Our focus on antimicrobial resistance

pathogens

We urgently need new and more rapid approaches to discovering antibiotics.

Imagine a world where common infections can no longer be treated by existing drugs in our hospitals and clinics. Prior to the discovery of antibiotics, our life expectancy was around 40 years, and common occurrences such as surgery, childbirth, and traumatic injury were heavily complicated by infection.

Today, key human pathogens such as MRSA and E. coli are becoming increasingly resistant to antibiotics. This is known as antimicrobial resistance and is reducing the effectiveness of all known antibiotic classes. Antimicrobial resistant infections killed 1.27 million people in 2019 and are on track to kill 10 million people annually by 2050, overtaking the number of deaths from all cancers. At the same time, fewer and fewer new antibiotics are being discovered and entering the market.

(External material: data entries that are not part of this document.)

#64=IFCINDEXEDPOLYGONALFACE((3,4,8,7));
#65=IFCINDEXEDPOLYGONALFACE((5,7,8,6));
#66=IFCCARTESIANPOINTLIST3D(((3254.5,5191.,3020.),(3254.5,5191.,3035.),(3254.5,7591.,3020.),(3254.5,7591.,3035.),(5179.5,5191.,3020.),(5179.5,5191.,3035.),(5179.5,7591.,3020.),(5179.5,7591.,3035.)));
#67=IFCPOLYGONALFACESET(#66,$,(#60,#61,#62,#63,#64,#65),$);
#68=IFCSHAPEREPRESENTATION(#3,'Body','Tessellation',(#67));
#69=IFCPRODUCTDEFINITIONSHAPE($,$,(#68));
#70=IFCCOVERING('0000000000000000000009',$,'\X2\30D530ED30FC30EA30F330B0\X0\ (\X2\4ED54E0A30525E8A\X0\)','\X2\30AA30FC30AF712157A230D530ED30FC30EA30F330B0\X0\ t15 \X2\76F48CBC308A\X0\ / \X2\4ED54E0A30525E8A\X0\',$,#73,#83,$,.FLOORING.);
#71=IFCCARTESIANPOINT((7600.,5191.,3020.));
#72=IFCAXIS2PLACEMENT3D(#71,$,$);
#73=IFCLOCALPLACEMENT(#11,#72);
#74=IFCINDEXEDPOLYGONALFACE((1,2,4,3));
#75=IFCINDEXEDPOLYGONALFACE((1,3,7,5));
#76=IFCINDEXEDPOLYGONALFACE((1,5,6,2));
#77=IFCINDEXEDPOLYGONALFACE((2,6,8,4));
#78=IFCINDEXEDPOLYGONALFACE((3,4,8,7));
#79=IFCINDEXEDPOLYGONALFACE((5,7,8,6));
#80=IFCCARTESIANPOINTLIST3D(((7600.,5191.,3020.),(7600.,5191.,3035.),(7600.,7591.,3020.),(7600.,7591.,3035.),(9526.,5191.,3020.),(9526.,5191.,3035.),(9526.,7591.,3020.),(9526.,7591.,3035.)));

The predicted global impact of antimicrobial resistance by 2050:

  • Deaths from infections that were previously treatable with antibiotics will exceed 10 million per year
  • AMR will result in up to 7.5% global decrease in livestock production
  • Global GDP will decline by 3.8-5%
  • The number of people in extreme poverty will increase by 28.3 million
  • Global real exports will shrink by 1.1%
  • Global healthcare costs will increase from $300 billion to >$1 trillion per year.

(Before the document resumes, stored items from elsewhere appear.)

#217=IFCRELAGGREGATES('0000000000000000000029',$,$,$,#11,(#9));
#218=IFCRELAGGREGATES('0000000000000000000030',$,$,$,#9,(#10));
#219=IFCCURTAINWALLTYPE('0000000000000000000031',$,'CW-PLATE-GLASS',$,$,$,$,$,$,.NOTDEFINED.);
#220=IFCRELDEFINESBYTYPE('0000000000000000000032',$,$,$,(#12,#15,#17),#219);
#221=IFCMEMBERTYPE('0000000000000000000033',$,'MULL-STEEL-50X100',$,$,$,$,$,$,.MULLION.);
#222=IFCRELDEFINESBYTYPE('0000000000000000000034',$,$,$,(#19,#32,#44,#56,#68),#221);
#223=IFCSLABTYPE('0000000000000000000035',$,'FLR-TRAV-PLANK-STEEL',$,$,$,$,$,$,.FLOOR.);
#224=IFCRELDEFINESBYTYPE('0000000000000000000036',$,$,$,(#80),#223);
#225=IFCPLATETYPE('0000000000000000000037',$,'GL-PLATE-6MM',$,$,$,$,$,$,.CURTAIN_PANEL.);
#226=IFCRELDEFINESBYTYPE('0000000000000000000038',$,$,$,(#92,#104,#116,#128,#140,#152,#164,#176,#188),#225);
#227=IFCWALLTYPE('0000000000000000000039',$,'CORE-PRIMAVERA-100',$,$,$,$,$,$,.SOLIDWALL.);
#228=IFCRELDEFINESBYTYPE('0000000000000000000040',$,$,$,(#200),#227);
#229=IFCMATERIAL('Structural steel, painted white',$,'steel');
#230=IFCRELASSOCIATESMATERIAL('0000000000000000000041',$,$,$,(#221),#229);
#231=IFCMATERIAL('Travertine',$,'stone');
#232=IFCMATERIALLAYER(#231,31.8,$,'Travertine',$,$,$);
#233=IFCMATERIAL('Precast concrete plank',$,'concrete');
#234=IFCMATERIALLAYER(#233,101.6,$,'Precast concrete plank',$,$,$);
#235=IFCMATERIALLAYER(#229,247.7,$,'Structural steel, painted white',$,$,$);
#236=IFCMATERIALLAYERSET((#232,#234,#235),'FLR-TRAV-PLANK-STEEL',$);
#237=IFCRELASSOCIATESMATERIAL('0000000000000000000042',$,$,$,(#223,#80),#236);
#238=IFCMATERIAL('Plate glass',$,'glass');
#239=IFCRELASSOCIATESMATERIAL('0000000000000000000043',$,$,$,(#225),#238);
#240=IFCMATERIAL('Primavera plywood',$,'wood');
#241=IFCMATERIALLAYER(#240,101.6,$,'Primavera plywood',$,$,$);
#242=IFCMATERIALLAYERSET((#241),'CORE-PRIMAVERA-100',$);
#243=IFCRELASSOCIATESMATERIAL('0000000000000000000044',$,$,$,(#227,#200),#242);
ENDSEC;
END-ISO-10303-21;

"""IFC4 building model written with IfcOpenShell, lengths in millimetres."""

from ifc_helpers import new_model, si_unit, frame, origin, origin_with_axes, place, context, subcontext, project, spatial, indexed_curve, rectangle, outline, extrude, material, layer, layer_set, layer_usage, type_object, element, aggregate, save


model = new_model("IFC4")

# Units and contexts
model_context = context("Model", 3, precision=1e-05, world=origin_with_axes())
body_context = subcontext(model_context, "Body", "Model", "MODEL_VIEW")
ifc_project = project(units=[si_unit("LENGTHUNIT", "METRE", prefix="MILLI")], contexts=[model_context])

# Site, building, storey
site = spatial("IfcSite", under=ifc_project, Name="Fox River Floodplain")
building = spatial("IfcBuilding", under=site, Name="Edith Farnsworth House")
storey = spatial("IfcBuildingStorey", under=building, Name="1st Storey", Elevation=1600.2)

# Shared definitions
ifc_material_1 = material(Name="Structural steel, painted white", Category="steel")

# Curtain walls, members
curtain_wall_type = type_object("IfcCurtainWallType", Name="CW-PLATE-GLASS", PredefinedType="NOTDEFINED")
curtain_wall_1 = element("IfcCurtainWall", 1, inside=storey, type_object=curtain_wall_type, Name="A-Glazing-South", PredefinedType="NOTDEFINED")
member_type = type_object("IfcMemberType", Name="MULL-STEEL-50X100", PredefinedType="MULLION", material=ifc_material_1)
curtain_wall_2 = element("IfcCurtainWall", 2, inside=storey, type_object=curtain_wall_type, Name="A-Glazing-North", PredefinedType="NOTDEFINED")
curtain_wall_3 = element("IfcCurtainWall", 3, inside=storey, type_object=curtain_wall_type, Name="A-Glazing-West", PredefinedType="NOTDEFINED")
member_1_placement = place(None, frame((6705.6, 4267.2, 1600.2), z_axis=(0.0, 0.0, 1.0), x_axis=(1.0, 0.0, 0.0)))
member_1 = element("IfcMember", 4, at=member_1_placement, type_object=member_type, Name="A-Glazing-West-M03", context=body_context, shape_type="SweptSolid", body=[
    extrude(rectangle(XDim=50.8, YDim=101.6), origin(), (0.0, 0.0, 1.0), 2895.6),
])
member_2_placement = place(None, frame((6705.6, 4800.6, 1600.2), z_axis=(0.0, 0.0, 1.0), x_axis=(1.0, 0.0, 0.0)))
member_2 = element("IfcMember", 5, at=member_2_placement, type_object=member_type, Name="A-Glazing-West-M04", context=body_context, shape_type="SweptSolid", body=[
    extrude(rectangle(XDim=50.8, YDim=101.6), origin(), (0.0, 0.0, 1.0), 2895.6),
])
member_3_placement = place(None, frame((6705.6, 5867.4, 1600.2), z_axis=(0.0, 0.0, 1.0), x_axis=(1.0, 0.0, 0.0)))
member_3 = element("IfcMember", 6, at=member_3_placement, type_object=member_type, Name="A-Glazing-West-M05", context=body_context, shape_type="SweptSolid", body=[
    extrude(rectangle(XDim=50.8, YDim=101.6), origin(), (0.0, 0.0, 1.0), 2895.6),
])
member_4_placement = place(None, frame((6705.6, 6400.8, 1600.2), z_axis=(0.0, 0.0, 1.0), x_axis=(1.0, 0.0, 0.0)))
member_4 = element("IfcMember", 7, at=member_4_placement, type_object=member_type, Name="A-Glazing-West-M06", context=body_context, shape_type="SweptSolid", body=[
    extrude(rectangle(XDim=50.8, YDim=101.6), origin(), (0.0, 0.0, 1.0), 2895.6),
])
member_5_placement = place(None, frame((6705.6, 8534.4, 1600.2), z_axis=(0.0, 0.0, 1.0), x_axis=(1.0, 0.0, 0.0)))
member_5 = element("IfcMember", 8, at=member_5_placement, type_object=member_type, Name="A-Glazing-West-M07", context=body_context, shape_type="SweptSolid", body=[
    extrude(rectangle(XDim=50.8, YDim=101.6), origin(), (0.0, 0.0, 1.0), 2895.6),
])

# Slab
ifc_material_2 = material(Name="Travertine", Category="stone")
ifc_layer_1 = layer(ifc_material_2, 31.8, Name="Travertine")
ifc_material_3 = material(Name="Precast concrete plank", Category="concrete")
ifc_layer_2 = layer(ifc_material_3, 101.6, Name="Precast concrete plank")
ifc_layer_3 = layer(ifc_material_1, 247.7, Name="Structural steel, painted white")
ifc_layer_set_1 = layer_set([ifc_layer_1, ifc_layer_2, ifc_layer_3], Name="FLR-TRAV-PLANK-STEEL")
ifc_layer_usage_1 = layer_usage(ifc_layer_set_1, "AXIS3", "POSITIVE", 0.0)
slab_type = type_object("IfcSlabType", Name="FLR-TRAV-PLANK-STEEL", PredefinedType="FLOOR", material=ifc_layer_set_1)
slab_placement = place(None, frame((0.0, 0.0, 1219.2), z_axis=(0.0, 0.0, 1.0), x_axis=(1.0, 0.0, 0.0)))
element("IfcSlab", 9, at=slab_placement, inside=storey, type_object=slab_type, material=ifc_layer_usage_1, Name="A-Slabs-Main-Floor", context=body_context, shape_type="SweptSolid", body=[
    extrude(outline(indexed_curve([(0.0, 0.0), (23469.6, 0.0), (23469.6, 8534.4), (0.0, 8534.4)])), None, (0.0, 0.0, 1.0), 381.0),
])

Consequently, we urgently need new and more rapid approaches to discovering antibiotics. The machine learning tools we are developing can help remove inherent biases and allow the investigation of much broader chemical space to enable discovery of completely new antibiotic classes to circumvent existing and emerging resistance.

Our focus on pandemic preparedness

covid 19

Viral pathogens with pandemic potential are a significant threat to our healthcare systems and economy.

Viral pathogens with pandemic potential are a significant threat to our healthcare systems and economy. For example, SARS-CoV-2, the virus responsible for COVID-19, already accounted for 6.5 million deaths worldwide at the time of writing and has had devastating impacts on global economies and supply chains. Alongside vaccines, antivirals are a key technology for limiting the impact of a future pandemic. 

Focusing on zoonotic diseases, which transmit from animals to humans:

  • 75% of emerging human diseases are zoonotic (animal to human)
  • 300% increase in outbreaks seen in zoonotic diseases over the past 30 years
  • ~2.5 billion cases of illness and 2.7 million deaths from zoonoses every year
  • 540,000 – 850,000 unknown viruses existing in nature are estimated to be zoonotic

Unlike AMR, we are unaware of the identity of a future pandemic-causing zoonotic disease. However, our ability to rapidly develop antivirals in such an event will be aided by the tools we are developing today. The ability to rapidly screen a larger pool of compounds against new targets, aided by new AI methods such that successful candidates can be readily deployed at the onset of a new pandemic, could potentially reduce the severity of infection by such a pathogen.

We envision a future where data science is deeply imbedded into the drug discovery process, giving us rapid and cost-effective access to AI-derived next generation medicines for a range of currently untreatable diseases.